Project: Part 0: Considering major life choices

Answering this question.

Which after some consideration I replaced with this question and it’s connected notes.

I’m finding it difficult to write about this question in an impersonal way, as it entangles with some intuitive stuff for me that I’m not sure I have the right words for yet. This may be more like a stream of consciousness.

Part of my inner conflicts on this is, I think, trying to find a reliable way to accept answers. I think it’s connecting to some authoritarian-type ideas, trying to find a way to use some perfect method X to solve problems.

In principle I have what I think is an acceptable method X - that is, to select the ideas/answers that have not been successfully criticised. To explore and refute criticisms, or create new ideas in response to them.

There’s a part of me saying something like “but you haven’t asked everyone yet, you could have missed something”, which can be confusing and overwhelming. There’s no practical way of asking literally everyone for their answer to a problem. So when opening up discussion to people in general (rather than keeping in a closed system with possibly very limited access to good ideas) I guess this part of me immediately makes the problem unmanageably large.

It’s a part of me that isn’t always active, sometimes it isn’t active at all. For some reason I’m not sure about, it’s particularly active with this question.

Some other parts of me try to find answers in bad things. E.g. finding a person who’s judgement I can take on, or by trying to find ways to denigrate some people to limit the pool of people to talk to. I don’t want these parts of me to be the best answers I have to for trying to manage discussing ideas in public.

Considering this question reminded me of one of Elliot’s article:

I think this problem is a kind of bottleneck for me. A significant part of me is trying to find a perfect way of trying to get the best possible advice and make the best possible decision based on it, far beyond a “good enough” outcome.

The intuition behind “best possible” there is not a realistic one, it’s by some unrealistic imagined and not even very clearly defined perfection. Something where the goalposts could be very easily moved without even realising it. For reference I’m going to call this kind of thinking “mystic perfectionism”.

Even if I thought that all the best ideas in the world could only be found on CF, and the people who have them are willing to put the effort in to write them/provide them for me (including possibly me being convinced to pay for it), this mystic perfectionism would still be saying “you don’t know everyone else in the world, you might have missed someone”.

I don’t think this mystic perfectionism is misguided in it’s intent - it’s trying to find the truth. But it’s method is bad, and comes with a lot of empty worry with no clear cause.

I think I need some sort of “good enough” pass/fail approach to answer this mystic perfectionism. And this answer may be part of or the entire answer to the question I’m writing about.

My stream of consciousness is drying up here so I’m going to make some rough guesses about possible methods and my current main thoughts. These are not attempts to pick a final answer - just making some notes for next time.

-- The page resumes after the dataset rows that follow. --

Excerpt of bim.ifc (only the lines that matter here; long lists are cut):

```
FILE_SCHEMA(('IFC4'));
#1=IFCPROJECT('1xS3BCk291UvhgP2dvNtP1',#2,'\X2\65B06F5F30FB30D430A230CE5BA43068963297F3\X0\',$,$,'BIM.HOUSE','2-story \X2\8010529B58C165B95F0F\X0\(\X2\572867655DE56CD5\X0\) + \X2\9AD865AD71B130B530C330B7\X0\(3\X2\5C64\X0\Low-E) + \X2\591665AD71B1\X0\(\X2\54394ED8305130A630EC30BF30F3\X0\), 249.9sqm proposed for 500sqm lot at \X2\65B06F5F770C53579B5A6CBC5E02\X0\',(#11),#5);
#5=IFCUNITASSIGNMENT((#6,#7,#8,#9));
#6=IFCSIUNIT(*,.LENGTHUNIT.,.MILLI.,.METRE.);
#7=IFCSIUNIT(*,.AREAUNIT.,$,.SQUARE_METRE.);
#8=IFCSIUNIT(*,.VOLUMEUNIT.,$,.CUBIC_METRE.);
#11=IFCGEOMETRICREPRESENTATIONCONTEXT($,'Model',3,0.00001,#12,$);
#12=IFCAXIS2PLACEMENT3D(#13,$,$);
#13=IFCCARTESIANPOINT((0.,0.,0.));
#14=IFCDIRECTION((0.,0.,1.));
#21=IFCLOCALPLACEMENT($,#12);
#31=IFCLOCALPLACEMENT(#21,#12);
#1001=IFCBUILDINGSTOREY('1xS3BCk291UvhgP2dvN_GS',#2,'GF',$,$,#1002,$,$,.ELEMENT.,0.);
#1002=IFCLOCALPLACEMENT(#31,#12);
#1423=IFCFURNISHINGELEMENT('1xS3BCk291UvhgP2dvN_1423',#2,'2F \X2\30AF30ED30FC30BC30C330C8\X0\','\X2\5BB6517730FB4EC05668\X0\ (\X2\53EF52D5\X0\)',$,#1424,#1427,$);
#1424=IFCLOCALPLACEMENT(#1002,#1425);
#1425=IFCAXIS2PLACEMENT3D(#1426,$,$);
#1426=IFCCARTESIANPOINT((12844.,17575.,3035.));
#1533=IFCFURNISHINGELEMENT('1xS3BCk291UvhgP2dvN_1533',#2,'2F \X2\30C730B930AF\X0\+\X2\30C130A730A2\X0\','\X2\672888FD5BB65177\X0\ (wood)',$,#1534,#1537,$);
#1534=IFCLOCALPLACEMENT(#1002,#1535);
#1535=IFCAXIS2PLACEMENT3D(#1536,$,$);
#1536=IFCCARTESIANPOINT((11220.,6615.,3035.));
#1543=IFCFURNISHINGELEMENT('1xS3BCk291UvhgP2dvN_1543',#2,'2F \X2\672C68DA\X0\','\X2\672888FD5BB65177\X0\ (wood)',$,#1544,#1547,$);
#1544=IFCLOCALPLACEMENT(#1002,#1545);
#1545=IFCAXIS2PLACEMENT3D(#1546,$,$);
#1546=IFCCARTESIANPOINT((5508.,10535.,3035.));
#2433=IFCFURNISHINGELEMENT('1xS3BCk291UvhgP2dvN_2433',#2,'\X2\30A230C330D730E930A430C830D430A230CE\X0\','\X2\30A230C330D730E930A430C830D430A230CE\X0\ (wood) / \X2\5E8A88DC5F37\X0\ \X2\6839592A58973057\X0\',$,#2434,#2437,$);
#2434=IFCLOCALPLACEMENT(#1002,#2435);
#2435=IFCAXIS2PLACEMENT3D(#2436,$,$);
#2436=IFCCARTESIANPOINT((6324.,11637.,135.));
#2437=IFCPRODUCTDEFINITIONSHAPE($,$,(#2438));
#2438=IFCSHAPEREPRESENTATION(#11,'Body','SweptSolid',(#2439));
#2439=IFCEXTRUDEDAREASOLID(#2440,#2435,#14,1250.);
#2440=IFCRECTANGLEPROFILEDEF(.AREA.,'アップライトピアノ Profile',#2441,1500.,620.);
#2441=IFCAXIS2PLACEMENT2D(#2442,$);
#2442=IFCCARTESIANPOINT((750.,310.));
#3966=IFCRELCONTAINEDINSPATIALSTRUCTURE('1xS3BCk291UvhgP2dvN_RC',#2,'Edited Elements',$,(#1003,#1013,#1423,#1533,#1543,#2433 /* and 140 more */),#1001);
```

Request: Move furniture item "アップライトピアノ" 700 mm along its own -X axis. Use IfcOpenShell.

```python
import ifcopenshell
import ifcopenshell.api.geometry
import ifcopenshell.util.placement
import ifcopenshell.util.unit

model = ifcopenshell.open("bim.ifc")
unit_scale = ifcopenshell.util.unit.calculate_unit_scale(model)

item = model.by_id(2433)
matrix = ifcopenshell.util.placement.get_local_placement(item.ObjectPlacement)
matrix[:3, 3] -= matrix[:3, 0] * 0.7 / unit_scale
ifcopenshell.api.geometry.edit_object_placement(model, product=item, matrix=matrix, is_si=False)

print(ifcopenshell.util.placement.get_local_placement(item.ObjectPlacement).round(3) + 0.0)

model.write("bim_edited.ifc")
```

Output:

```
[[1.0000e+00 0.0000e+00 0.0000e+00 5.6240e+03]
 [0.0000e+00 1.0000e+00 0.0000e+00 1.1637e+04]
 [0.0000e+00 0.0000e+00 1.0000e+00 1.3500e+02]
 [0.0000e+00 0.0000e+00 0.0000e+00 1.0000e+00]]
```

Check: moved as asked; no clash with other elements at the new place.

Measures for picking a “good enough” method to get useful advice:

  • Think about who would know about the subject. Target exploration there. E.g. a programming forum/discussion group for code-related problems. CF is a useful universal answer here as truth seeking and critical thinking are universal goods. It’s good to mention which other sources have been targeted to find answers.
  • The problem may be about knowing how much work looking for answers/knowledgeable people is enough work. A possible method here is, if after searching for a while if you stop seeing new answers/criticisms to a problem/idea maybe 10+ times in a row it may be worth stopping and accepting the results so far as the best found.
  • Take these best results and try to answer them. Follow tangents. Look for others answers to these problems too, and create some answers too.
  • If there is some sort of flaw with all the answers, try to think of a solution that doesn’t have that flaw. Failing that, think about the flaws - are some of them acceptable for the benefit of having an otherwise useful answer? Consider IGC charts to analyse the competing ideas.
  • Discuss this analysis of the different answers.
  • Make a decisions of your own. Not only is it not good to seek out someone else’s answer to replace your own thinking with, people who want to get that kind of submission are not great thinkers.
  • Mystic perfectionism note: How do you know you’ve done enough of all of this? This hasn’t solved this underlying intuitive conflict that I have. Part of the problem is, doing this for everything seems like it would make it impossible to get anything done. It may be better to just make a choice of some method or other, try it out for a while, and then look at how it worked out. That seems like a better option than following some mystic perfectionism.

Project notes

That’s my project goal for the week.

Next week I plan to write about this question more, particularly as it’s been an active issue for me this week:

Side note: I have some other ongoing conversations elsewhere on this forum which I haven’t read yet, I plan to get to them in the next day or two. This isn’t entirely about posting reluctance - I’ve been busy with another project this week which I wanted to get finished and has taken up almost all of my conscious thought.